[Saved entries]
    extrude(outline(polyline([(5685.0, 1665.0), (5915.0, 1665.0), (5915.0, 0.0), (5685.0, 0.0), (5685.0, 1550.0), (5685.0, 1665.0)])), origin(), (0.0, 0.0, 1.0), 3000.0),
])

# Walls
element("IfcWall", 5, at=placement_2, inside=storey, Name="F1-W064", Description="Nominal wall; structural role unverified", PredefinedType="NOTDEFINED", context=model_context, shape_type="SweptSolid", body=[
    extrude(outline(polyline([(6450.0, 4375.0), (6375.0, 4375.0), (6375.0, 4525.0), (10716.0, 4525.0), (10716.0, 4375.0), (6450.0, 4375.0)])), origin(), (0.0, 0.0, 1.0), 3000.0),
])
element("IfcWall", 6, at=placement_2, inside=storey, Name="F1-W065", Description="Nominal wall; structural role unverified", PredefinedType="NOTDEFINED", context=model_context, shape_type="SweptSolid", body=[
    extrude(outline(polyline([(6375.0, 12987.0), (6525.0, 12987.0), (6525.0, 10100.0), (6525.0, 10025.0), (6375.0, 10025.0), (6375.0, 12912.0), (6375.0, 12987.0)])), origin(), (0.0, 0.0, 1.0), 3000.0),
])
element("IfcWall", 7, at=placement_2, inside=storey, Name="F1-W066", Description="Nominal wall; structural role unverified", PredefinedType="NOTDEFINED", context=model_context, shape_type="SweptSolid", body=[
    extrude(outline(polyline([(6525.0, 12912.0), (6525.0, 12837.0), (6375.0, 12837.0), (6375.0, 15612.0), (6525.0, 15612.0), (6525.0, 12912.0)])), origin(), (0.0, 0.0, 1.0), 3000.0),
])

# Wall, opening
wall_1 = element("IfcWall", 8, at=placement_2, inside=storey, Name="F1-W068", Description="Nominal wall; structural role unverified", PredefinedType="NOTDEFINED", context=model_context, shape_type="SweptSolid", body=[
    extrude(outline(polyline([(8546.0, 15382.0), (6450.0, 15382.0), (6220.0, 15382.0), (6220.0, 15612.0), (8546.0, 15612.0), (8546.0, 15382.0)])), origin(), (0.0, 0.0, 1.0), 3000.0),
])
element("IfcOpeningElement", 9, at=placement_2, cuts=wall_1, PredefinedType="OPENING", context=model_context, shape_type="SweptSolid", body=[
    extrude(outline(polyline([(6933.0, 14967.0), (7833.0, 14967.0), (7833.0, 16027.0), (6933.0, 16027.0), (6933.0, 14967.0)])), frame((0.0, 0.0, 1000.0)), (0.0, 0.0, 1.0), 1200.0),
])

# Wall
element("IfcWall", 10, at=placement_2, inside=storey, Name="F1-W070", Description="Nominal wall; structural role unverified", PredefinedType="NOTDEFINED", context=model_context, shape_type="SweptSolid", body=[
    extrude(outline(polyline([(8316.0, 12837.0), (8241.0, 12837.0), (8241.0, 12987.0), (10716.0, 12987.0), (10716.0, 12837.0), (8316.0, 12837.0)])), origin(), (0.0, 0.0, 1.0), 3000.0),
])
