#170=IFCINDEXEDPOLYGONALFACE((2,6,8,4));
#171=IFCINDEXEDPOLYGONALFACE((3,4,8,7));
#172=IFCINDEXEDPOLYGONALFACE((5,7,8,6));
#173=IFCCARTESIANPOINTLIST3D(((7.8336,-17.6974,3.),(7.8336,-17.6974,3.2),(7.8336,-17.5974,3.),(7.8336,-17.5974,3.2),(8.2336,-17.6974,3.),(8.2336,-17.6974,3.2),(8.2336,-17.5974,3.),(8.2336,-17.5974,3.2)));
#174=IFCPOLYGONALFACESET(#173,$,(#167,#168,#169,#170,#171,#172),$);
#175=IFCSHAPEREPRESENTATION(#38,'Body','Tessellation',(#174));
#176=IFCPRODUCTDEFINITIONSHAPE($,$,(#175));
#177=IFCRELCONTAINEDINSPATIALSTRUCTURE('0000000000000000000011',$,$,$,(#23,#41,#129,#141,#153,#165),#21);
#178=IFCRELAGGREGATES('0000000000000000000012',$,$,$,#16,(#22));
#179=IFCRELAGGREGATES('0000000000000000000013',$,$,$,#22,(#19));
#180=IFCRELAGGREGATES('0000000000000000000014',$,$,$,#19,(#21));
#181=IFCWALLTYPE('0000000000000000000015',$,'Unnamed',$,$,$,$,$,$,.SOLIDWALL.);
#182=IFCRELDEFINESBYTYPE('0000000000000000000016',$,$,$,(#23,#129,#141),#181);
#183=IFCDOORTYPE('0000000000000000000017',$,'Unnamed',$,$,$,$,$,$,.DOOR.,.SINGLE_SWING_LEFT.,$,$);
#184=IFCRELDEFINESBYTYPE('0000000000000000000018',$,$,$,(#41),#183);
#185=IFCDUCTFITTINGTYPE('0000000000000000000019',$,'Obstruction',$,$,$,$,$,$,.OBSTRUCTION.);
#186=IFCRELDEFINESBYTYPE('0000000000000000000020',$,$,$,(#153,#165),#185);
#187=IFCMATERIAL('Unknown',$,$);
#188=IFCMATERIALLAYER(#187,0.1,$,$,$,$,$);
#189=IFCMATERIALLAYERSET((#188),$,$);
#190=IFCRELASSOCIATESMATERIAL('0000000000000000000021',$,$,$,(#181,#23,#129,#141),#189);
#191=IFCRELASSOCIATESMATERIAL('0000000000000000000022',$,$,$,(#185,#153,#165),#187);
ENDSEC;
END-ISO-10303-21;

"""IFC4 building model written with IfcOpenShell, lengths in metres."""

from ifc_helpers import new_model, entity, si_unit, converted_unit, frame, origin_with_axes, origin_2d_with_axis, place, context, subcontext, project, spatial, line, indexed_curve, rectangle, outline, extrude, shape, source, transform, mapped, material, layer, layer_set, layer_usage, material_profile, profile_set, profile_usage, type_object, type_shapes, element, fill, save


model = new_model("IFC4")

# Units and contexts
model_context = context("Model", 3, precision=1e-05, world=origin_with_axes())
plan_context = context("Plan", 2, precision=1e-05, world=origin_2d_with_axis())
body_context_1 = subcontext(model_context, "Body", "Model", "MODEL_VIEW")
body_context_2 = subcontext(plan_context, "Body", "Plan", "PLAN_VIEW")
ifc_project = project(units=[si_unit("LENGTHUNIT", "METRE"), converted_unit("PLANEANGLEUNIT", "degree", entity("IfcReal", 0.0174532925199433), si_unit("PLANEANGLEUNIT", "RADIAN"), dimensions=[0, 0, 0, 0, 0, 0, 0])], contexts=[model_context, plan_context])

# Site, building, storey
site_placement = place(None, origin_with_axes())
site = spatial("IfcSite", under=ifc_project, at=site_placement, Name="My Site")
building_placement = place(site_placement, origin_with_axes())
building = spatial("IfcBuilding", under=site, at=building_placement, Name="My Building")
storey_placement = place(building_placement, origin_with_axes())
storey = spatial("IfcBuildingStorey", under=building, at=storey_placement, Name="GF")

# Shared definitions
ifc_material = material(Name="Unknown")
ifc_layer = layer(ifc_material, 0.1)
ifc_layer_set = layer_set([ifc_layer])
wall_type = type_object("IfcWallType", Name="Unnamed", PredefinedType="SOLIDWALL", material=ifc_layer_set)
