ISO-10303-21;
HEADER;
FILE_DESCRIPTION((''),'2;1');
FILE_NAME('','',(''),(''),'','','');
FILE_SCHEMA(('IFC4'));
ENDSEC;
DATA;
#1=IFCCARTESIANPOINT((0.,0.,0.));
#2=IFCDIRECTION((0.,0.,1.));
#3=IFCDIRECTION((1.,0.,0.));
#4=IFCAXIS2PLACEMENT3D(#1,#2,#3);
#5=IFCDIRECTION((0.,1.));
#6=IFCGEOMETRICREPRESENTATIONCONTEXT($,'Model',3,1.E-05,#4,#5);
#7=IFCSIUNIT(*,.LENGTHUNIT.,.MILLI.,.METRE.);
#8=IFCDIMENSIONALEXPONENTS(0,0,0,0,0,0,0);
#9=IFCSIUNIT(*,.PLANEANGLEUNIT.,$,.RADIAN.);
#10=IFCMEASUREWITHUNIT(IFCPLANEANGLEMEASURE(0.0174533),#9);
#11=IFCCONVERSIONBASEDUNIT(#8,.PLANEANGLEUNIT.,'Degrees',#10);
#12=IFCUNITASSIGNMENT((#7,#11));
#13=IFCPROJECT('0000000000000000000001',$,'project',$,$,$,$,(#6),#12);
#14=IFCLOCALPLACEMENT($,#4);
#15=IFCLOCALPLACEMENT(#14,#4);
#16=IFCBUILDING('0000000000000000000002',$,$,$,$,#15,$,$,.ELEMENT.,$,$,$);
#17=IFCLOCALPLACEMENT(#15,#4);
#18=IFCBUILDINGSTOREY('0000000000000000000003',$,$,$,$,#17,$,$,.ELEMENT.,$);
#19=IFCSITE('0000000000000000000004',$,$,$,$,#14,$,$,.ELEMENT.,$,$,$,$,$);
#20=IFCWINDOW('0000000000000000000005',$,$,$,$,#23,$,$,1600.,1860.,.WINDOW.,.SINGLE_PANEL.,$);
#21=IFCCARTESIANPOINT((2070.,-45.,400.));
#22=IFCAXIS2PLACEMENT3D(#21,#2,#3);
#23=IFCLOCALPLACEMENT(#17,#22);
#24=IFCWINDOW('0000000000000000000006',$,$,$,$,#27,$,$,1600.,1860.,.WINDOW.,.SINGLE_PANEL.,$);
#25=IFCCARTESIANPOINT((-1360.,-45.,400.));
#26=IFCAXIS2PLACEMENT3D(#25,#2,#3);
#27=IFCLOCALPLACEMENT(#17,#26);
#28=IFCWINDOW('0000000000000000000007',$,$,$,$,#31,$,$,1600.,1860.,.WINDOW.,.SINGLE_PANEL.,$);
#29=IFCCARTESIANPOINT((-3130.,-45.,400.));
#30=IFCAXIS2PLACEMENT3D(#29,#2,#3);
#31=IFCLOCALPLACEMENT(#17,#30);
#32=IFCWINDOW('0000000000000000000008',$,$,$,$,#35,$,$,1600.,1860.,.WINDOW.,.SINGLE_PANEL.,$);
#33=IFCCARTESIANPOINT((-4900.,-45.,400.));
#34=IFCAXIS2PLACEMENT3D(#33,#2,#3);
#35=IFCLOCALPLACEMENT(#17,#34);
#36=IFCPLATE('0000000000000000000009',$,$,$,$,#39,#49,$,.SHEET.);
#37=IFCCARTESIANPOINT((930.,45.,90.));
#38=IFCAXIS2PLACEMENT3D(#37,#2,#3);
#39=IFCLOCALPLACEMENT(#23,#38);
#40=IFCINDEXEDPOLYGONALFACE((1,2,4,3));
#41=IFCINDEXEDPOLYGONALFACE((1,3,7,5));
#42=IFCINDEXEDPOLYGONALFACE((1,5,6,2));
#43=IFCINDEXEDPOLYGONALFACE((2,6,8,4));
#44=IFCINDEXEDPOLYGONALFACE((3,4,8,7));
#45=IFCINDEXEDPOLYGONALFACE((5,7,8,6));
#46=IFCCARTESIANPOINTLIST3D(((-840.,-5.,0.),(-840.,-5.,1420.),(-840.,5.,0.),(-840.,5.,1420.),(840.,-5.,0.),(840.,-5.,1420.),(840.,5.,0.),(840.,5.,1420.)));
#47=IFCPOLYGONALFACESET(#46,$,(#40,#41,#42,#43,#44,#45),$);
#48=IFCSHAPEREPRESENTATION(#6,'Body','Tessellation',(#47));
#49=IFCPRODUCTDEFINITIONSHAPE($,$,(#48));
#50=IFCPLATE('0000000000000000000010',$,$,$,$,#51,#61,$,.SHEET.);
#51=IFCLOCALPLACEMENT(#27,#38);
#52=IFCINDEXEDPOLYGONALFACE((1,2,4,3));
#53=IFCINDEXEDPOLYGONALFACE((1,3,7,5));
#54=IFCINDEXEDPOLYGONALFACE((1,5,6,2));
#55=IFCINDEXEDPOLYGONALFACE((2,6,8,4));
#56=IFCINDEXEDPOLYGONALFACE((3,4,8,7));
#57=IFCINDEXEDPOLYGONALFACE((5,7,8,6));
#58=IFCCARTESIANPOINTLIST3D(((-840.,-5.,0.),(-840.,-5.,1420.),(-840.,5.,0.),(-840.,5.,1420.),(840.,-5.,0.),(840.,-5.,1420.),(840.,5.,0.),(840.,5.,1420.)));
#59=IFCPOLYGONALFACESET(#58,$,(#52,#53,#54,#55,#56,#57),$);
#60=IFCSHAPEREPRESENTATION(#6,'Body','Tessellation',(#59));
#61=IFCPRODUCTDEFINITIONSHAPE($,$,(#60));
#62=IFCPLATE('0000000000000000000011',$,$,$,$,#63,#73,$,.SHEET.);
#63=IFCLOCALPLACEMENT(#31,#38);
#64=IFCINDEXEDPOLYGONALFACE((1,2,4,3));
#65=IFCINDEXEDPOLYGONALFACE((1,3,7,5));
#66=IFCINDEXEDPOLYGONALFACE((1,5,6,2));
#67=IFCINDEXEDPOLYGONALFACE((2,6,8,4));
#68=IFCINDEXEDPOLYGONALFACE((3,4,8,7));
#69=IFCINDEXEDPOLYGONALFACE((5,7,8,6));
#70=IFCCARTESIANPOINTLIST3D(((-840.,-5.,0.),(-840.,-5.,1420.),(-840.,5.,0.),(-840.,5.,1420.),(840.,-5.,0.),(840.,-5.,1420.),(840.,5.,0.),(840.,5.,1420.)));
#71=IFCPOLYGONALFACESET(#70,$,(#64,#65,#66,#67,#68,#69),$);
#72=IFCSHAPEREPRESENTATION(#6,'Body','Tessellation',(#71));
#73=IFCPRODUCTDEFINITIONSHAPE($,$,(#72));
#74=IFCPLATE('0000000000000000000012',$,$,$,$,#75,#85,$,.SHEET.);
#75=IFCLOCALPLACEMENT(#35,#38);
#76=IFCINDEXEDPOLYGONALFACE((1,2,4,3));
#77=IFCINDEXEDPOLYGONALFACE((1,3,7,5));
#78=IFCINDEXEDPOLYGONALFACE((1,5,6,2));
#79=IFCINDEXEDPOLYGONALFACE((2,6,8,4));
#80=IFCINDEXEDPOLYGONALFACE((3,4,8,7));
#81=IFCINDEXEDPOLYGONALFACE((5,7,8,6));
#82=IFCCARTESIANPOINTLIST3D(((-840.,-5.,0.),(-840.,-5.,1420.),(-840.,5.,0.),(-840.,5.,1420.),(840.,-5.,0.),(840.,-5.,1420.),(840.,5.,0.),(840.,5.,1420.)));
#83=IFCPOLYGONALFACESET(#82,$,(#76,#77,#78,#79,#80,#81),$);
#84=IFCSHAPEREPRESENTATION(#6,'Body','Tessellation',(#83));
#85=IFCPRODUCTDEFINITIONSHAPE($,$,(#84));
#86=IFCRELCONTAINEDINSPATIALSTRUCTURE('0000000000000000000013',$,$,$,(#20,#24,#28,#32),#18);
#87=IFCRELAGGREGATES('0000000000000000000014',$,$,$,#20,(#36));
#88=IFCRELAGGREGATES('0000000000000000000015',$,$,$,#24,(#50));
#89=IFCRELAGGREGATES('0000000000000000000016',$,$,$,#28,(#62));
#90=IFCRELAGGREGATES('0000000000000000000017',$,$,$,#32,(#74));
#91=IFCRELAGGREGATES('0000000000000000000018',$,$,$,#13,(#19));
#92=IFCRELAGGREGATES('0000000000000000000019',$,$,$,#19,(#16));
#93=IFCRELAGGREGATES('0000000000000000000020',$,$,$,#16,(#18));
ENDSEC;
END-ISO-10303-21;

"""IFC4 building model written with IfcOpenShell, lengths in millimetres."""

from ifc_helpers import new_model, entity, si_unit, converted_unit, direction, frame, origin_with_axes, place, context, project, spatial, polyline, outline, extrude, element, aggregate, save


model = new_model("IFC4")

# Units and contexts
model_context = context("Model", 3, precision=1e-05, world=origin_with_axes(), true_north=direction((0.0, 1.0)))
ifc_project = project(units=[si_unit("LENGTHUNIT", "METRE", prefix="MILLI"), converted_unit("PLANEANGLEUNIT", "Degrees", entity("IfcPlaneAngleMeasure", 0.0174533), si_unit("PLANEANGLEUNIT", "RADIAN"), dimensions=[0, 0, 0, 0, 0, 0, 0])], contexts=[model_context])

# Site, building, storey
site_placement = place(None, origin_with_axes())
site = spatial("IfcSite", under=ifc_project, at=site_placement, CompositionType="ELEMENT")
building_placement = place(site_placement, origin_with_axes())
building = spatial("IfcBuilding", under=site, at=building_placement, CompositionType="ELEMENT")
storey_placement = place(building_placement, origin_with_axes())
storey = spatial("IfcBuildingStorey", under=building, at=storey_placement, CompositionType="ELEMENT")

# Windows
window_1_placement = place(storey_placement, frame((2070.0, -45.0, 400.0), z_axis=(0.0, 0.0, 1.0), x_axis=(1.0, 0.0, 0.0)))
window_1 = element("IfcWindow", 1, at=window_1_placement, inside=storey, OverallHeight=1600.0, OverallWidth=1860.0, PartitioningType="SINGLE_PANEL", PredefinedType="WINDOW")
window_2_placement = place(storey_placement, frame((-1360.0, -45.0, 400.0), z_axis=(0.0, 0.0, 1.0), x_axis=(1.0, 0.0, 0.0)))
window_2 = element("IfcWindow", 2, at=window_2_placement, inside=storey, OverallHeight=1600.0, OverallWidth=1860.0, PartitioningType="SINGLE_PANEL", PredefinedType="WINDOW")
window_3_placement = place(storey_placement, frame((-3130.0, -45.0, 400.0), z_axis=(0.0, 0.0, 1.0), x_axis=(1.0, 0.0, 0.0)))
window_3 = element("IfcWindow", 3, at=window_3_placement, inside=storey, OverallHeight=1600.0, OverallWidth=1860.0, PartitioningType="SINGLE_PANEL", PredefinedType="WINDOW")
window_4_placement = place(storey_placement, frame((-4900.0, -45.0, 400.0), z_axis=(0.0, 0.0, 1.0), x_axis=(1.0, 0.0, 0.0)))
window_4 = element("IfcWindow", 4, at=window_4_placement, inside=storey, OverallHeight=1600.0, OverallWidth=1860.0, PartitioningType="SINGLE_PANEL", PredefinedType="WINDOW")

# Plates
plate_1_placement = place(window_1_placement, frame((930.0, 45.0, 90.0), z_axis=(0.0, 0.0, 1.0), x_axis=(1.0, 0.0, 0.0)))
plate_1 = element("IfcPlate", 5, at=plate_1_placement, PredefinedType="SHEET", context=model_context, shape_type="SweptSolid", body=[
    extrude(outline(polyline([(-840.0, -5.0), (840.0, -5.0), (840.0, 5.0), (-840.0, 5.0), (-840.0, -5.0), (-840.0, -5.0)])), origin_with_axes(), (0.0, 0.0, 1.0), 1420.0),
])
aggregate(window_1, [plate_1])
plate_2_placement = place(window_2_placement, frame((930.0, 45.0, 90.0), z_axis=(0.0, 0.0, 1.0), x_axis=(1.0, 0.0, 0.0)))
plate_2 = element("IfcPlate", 6, at=plate_2_placement, PredefinedType="SHEET", context=model_context, shape_type="SweptSolid", body=[
    extrude(outline(polyline([(-840.0, -5.0), (840.0, -5.0), (840.0, 5.0), (-840.0, 5.0), (-840.0, -5.0), (-840.0, -5.0)])), origin_with_axes(), (0.0, 0.0, 1.0), 1420.0),
])
aggregate(window_2, [plate_2])
plate_3_placement = place(window_3_placement, frame((930.0, 45.0, 90.0), z_axis=(0.0, 0.0, 1.0), x_axis=(1.0, 0.0, 0.0)))
plate_3 = element("IfcPlate", 7, at=plate_3_placement, PredefinedType="SHEET", context=model_context, shape_type="SweptSolid", body=[
    extrude(outline(polyline([(-840.0, -5.0), (840.0, -5.0), (840.0, 5.0), (-840.0, 5.0), (-840.0, -5.0), (-840.0, -5.0)])), origin_with_axes(), (0.0, 0.0, 1.0), 1420.0),
])
aggregate(window_3, [plate_3])
plate_4_placement = place(window_4_placement, frame((930.0, 45.0, 90.0), z_axis=(0.0, 0.0, 1.0), x_axis=(1.0, 0.0, 0.0)))
plate_4 = element("IfcPlate", 8, at=plate_4_placement, PredefinedType="SHEET", context=model_context, shape_type="SweptSolid", body=[
    extrude(outline(polyline([(-840.0, -5.0), (840.0, -5.0), (840.0, 5.0), (-840.0, 5.0), (-840.0, -5.0), (-840.0, -5.0)])), origin_with_axes(), (0.0, 0.0, 1.0), 1420.0),
])
aggregate(window_4, [plate_4])

save(model, "model.ifc")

### Work to be completed
Return each line of the data where the word "IFCDIRECTION" appears.

### Reply
#2=IFCDIRECTION((0.,0.,1.));
#3=IFCDIRECTION((1.,0.,0.));
#5=IFCDIRECTION((0.,1.));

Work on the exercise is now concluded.